I've found out from a fellow DW member that they are scammers so I quickly blocked my card. Needless to say the website has disappeared. It's put me right off from buying anything that's advertised on Facebook. Think I'll keep the mats that come supplied with the vehicle.


----------



## Soul boy 68 (Sep 8, 2013)

So today I travelled out to visit Evolve to have a brand new Eventuri glossy Carbon fibre intake system and glossy Carbon fibre engine cover fitted, the work took about two hours to complete.

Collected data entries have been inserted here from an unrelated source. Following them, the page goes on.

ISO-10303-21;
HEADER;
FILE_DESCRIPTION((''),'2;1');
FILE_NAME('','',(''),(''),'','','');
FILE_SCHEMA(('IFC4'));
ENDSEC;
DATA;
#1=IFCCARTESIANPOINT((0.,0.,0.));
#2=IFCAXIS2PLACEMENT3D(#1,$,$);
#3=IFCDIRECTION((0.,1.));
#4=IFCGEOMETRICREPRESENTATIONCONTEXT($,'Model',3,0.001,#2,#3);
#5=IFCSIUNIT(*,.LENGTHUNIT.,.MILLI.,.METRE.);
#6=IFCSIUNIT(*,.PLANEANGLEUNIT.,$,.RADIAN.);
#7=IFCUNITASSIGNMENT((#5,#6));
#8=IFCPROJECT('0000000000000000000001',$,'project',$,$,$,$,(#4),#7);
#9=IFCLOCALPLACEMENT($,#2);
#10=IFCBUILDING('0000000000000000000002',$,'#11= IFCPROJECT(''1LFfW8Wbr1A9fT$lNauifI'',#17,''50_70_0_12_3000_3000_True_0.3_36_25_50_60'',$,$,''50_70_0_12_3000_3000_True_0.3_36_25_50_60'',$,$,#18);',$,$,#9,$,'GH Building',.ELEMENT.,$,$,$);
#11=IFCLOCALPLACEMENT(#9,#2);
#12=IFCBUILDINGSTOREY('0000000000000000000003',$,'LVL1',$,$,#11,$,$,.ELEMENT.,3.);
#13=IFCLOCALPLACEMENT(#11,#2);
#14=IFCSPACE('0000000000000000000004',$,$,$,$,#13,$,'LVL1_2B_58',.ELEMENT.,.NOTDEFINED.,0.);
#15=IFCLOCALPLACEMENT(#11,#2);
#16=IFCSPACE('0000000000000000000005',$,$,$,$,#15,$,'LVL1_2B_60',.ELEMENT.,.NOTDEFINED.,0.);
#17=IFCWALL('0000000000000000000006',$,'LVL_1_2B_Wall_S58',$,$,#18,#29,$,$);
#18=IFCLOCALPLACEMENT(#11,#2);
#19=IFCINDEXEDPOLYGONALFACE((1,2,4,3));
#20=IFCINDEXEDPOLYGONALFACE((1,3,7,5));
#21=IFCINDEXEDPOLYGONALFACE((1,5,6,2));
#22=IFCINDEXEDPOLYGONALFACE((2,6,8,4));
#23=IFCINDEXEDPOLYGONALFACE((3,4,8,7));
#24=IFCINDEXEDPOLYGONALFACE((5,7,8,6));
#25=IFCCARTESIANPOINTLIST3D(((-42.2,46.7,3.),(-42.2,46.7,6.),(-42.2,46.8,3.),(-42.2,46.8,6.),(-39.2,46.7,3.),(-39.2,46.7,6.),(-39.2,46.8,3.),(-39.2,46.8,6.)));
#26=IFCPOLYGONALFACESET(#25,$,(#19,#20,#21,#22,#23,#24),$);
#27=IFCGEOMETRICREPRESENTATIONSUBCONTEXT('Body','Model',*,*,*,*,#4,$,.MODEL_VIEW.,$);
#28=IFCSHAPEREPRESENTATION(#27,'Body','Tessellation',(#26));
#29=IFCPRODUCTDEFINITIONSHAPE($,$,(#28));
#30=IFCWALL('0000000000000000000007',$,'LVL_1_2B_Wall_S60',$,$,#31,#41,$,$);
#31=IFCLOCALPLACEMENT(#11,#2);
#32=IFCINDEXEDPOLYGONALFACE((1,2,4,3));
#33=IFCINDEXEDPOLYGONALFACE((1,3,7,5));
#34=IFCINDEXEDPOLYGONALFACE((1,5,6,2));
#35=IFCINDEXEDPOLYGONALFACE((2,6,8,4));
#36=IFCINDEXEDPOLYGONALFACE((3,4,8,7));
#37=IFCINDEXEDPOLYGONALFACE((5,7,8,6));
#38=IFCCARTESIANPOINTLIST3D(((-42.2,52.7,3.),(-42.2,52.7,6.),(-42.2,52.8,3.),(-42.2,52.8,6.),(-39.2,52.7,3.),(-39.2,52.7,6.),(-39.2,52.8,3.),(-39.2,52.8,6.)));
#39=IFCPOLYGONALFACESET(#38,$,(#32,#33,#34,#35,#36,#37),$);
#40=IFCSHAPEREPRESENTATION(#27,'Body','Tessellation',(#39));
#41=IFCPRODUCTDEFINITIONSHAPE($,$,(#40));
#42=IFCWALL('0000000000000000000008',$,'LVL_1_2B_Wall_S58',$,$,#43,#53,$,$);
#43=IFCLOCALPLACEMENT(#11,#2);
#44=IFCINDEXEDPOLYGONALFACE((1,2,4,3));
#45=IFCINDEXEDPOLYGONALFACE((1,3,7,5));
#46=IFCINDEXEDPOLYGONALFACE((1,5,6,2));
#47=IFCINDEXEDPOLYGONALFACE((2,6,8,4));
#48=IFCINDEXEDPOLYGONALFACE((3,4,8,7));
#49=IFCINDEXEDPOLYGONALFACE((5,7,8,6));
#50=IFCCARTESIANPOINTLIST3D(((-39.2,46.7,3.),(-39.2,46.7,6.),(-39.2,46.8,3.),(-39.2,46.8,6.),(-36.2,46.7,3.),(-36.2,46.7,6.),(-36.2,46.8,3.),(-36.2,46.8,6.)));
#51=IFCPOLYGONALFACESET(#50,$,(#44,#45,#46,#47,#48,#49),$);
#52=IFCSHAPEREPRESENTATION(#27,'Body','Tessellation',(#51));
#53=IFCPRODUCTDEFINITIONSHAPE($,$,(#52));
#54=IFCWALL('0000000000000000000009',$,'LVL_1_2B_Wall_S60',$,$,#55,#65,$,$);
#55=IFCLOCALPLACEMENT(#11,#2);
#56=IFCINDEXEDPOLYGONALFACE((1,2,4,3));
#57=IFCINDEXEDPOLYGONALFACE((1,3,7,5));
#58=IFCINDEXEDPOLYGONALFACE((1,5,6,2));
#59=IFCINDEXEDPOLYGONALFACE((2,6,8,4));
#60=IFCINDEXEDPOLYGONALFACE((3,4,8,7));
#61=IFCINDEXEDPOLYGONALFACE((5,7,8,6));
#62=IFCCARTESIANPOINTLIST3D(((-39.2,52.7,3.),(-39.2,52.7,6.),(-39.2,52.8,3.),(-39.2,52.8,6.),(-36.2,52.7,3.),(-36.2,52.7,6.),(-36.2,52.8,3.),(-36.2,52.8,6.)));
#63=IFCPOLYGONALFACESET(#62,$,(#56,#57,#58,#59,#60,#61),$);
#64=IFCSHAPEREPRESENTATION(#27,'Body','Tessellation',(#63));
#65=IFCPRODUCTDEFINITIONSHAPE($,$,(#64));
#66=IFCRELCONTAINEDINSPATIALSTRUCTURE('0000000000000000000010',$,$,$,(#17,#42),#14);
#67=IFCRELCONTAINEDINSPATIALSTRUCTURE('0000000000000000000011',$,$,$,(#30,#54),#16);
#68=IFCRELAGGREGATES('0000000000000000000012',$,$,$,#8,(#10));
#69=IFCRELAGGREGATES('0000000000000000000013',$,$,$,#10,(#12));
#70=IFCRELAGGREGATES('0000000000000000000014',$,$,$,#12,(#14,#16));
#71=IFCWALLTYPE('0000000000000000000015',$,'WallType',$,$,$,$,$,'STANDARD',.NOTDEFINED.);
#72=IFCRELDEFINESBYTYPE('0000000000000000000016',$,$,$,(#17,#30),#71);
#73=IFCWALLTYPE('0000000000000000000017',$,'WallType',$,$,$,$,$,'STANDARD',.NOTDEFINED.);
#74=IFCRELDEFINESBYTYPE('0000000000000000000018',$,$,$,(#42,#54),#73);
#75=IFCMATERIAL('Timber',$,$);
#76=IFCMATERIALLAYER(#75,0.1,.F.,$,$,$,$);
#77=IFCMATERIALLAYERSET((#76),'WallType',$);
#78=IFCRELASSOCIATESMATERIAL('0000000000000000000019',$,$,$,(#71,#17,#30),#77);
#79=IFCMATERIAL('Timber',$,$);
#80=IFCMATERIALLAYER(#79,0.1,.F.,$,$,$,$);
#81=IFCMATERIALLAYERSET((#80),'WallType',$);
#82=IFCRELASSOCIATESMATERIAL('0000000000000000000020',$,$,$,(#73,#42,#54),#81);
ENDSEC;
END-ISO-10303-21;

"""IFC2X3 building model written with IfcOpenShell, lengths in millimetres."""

from ifc_helpers import new_model, si_unit, direction, frame, frame_2d, origin, place, context, subcontext, project, spatial, rectangle, extrude, material, layer, layer_set, layer_usage, type_object, element, save


model = new_model("IFC2X3")

# Units and contexts
model_context = context("Model", 3, precision=0.001, world=origin(), true_north=direction((0.0, 1.0)))
body_context = subcontext(model_context, "Body", "Model", "MODEL_VIEW")
ifc_project = project(units=[si_unit("LENGTHUNIT", "METRE", prefix="MILLI"), si_unit("PLANEANGLEUNIT", "RADIAN")], contexts=[model_context])

# Building, storey
building_placement = place(None, origin())
building = spatial("IfcBuilding", under=ifc_project, at=building_placement, Name="#11= IFCPROJECT('1LFfW8Wbr1A9fT$lNauifI',#17,'50_70_0_12_3000_3000_True_0.3_36_25_50_60',$,$,'50_70_0_12_3000_3000_True_0.3_36_25_50_60',$,$,#18);", LongName="GH Building", CompositionType="ELEMENT")
storey_placement = place(building_placement, origin())
storey = spatial("IfcBuildingStorey", under=building, at=storey_placement, Name="LVL1", CompositionType="ELEMENT", Elevation=3.0)

# Shared definitions
space_1_placement = place(storey_placement, origin())
space_1 = spatial("IfcSpace", under=storey, at=space_1_placement, LongName="LVL1_2B_58", CompositionType="ELEMENT", InteriorOrExteriorSpace="NOTDEFINED", ElevationWithFlooring=0.0)

# Shared definitions
space_2_placement = place(storey_placement, origin())
space_2 = spatial("IfcSpace", under=storey, at=space_2_placement, LongName="LVL1_2B_60", CompositionType="ELEMENT", InteriorOrExteriorSpace="NOTDEFINED", ElevationWithFlooring=0.0)

# Walls
ifc_material_1 = material(Name="Timber")
ifc_layer_1 = layer(ifc_material_1, 0.1, ventilated=False)
ifc_layer_set_1 = layer_set([ifc_layer_1], Name="WallType")
ifc_layer_usage_1 = layer_usage(ifc_layer_set_1, "AXIS2", "NEGATIVE", 0.0)
wall_type_1 = type_object("IfcWallType", Name="WallType", ElementType="STANDARD", PredefinedType="NOTDEFINED", material=ifc_layer_set_1)
wall_1_placement = place(space_1_placement, frame((-42.2, 46.8, 3.0)))
element("IfcWall", 1, at=wall_1_placement, inside=space_1, type_object=wall_type_1, material=ifc_layer_usage_1, Name="LVL_1_2B_Wall_S58", context=body_context, shape_type="SweptSolid", body=[
    extrude(rectangle(XDim=3.0, YDim=0.1, at=frame_2d((1.5, -0.1))), origin(), (0.0, 0.0, 1.0), 3.0),
])
ifc_layer_usage_2 = layer_usage(ifc_layer_set_1, "AXIS2", "NEGATIVE", 0.0)
wall_2_placement = place(space_2_placement, frame((-42.2, 52.8, 3.0)))
element("IfcWall", 2, at=wall_2_placement, inside=space_2, type_object=wall_type_1, material=ifc_layer_usage_2, Name="LVL_1_2B_Wall_S60", context=body_context, shape_type="SweptSolid", body=[
    extrude(rectangle(XDim=3.0, YDim=0.1, at=frame_2d((1.5, -0.1))), origin(), (0.0, 0.0, 1.0), 3.0),
])
ifc_material_2 = material(Name="Timber")
ifc_layer_2 = layer(ifc_material_2, 0.1, ventilated=False)
ifc_layer_set_2 = layer_set([ifc_layer_2], Name="WallType")
ifc_layer_usage_3 = layer_usage(ifc_layer_set_2, "AXIS2", "NEGATIVE", 0.0)
wall_type_2 = type_object("IfcWallType", Name="WallType", ElementType="STANDARD", PredefinedType="NOTDEFINED", material=ifc_layer_set_2)
wall_3_placement = place(space_1_placement, frame((-39.2, 46.8, 3.0)))
element("IfcWall", 3, at=wall_3_placement, inside=space_1, type_object=wall_type_2, material=ifc_layer_usage_3, Name="LVL_1_2B_Wall_S58", context=body_context, shape_type="SweptSolid", body=[
    extrude(rectangle(XDim=3.0, YDim=0.1, at=frame_2d((1.5, -0.1))), origin(), (0.0, 0.0, 1.0), 3.0),
])
ifc_layer_usage_4 = layer_usage(ifc_layer_set_2, "AXIS2", "NEGATIVE", 0.0)
wall_4_placement = place(space_2_placement, frame((-39.2, 52.8, 3.0)))
element("IfcWall", 4, at=wall_4_placement, inside=space_2, type_object=wall_type_2, material=ifc_layer_usage_4, Name="LVL_1_2B_Wall_S60", context=body_context, shape_type="SweptSolid", body=[
    extrude(rectangle(XDim=3.0, YDim=0.1, at=frame_2d((1.5, -0.1))), origin(), (0.0, 0.0, 1.0), 3.0),
])

save(model, "model.ifc")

As you see from this image of the stock intake system and engine cover, not that there is anything wrong with them but they are just cheap looking black plastic and the way the air flows in to the twin-turbo system isn't the best as the way it was explained to me. The air flow has to enter in at an 180 degree angle then it takes another 90 degree turn before the airflow makes It's way through. That is basically the gist of it without getting too technical.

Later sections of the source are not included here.